Ineffective Identity Architecture: The existence of user accounts not rooted in a single identity provider that enforces limited session times and multifactor authentication (MFA) and can flag or block sign-in for irregular or high-risk signing activity, is a core contributor to cloud data breaches because the risk of stolen credential use is so high.
Exposed Access Keys: Access keys are used to interact with the cloud service plane as a security principle. Exposed keys can be rapidly misused by unauthorized parties to steal or delete data; threat actors may also demand a ransom in exchange for a promise to not sell or leak it. While these keys can be kept confidential, albeit with some difficulty, it is better to expire them or use automatically rotated short-lived access keys in combination with restrictions on where (from what networks and IP addresses) they can be used.
Excessive Account Permissions: Most accounts (roles, services) have a limited set of normal operations and a slightly larger set of occasional operations. When they are provisioned with far greater privileges than needed and these privileges are misused by a threat actor, the “blast radius” is unnecessarily large. Excessive permissions enable lateral movement, persistence and privilege escalation which can lead to more severe impacts of data exfiltration, destruction, and code tampering.

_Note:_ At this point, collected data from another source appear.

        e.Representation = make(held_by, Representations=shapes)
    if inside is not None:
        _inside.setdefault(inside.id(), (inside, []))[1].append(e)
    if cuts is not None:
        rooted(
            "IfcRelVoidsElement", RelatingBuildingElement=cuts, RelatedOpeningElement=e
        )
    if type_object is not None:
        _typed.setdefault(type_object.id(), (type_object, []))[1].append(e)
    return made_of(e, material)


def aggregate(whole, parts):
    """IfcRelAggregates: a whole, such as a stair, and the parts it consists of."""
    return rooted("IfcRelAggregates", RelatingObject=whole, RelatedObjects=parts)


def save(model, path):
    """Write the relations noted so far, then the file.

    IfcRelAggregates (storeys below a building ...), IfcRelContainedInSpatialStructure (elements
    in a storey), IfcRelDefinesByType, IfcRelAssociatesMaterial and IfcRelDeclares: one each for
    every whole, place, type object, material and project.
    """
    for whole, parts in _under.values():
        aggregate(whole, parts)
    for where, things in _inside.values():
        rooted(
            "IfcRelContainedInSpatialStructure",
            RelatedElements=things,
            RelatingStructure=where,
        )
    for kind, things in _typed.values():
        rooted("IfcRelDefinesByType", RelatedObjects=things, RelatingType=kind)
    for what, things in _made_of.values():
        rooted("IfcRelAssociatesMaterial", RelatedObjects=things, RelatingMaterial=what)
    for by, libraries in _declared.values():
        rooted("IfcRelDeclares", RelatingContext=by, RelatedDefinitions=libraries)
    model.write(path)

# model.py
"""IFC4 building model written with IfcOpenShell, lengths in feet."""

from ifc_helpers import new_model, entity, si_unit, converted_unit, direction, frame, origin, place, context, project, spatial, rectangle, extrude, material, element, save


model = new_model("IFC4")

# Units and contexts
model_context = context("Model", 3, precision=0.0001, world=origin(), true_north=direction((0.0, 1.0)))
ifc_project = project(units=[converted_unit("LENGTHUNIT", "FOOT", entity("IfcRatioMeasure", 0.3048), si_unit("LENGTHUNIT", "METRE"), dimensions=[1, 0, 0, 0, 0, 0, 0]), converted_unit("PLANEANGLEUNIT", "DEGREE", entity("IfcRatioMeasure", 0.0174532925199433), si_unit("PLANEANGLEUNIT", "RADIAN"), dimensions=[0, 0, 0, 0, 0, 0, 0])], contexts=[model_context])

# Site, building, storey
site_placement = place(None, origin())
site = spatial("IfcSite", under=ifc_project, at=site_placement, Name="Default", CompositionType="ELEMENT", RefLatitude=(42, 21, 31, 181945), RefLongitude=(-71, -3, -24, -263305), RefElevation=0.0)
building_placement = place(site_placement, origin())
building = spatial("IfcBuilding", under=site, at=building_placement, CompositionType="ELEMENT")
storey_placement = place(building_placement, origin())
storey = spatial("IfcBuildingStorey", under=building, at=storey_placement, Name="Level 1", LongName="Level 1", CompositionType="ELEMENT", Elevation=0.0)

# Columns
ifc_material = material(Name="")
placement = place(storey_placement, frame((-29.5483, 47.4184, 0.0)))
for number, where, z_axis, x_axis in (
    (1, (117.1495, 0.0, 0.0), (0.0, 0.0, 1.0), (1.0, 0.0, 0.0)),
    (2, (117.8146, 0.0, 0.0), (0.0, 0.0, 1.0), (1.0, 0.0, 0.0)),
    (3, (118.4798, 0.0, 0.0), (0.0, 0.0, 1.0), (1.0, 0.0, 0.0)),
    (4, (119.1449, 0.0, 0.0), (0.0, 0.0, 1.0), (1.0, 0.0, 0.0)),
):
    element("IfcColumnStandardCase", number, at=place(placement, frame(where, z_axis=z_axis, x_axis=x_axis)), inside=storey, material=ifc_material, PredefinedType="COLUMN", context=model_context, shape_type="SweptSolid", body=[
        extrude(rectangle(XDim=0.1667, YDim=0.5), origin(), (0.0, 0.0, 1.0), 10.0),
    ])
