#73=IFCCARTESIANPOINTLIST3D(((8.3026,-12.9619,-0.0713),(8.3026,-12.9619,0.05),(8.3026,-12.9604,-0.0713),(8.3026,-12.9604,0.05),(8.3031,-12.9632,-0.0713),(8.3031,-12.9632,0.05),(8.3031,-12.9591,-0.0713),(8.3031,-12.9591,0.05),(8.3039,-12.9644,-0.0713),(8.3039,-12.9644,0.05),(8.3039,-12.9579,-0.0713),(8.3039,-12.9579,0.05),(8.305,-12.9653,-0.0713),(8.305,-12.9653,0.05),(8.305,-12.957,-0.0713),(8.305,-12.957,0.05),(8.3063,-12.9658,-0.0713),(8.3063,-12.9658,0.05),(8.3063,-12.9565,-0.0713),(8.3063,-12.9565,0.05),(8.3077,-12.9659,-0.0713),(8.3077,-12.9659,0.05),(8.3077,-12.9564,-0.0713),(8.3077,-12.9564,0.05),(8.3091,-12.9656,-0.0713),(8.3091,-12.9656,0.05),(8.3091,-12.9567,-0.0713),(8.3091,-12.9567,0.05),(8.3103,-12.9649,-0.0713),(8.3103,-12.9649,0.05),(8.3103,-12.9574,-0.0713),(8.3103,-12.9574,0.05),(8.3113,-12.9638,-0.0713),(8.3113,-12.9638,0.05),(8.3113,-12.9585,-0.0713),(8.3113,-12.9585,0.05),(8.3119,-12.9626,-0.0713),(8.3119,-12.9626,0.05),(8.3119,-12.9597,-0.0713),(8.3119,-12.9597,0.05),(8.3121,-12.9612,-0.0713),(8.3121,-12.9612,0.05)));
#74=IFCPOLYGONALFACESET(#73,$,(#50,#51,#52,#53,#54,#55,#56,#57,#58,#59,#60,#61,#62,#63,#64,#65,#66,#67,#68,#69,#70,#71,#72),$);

Just about everyone has a cloud presence at this point. A lot of organizations make the decision for cost savings and flexibility without considering the security challenges that go alongside this new infrastructure. Cloud security isn’t something that security teams will understand without requisite training. Maintaining best practices in cloud security posture management will help you avoid common misconfigurations that lead to a cloud security breach.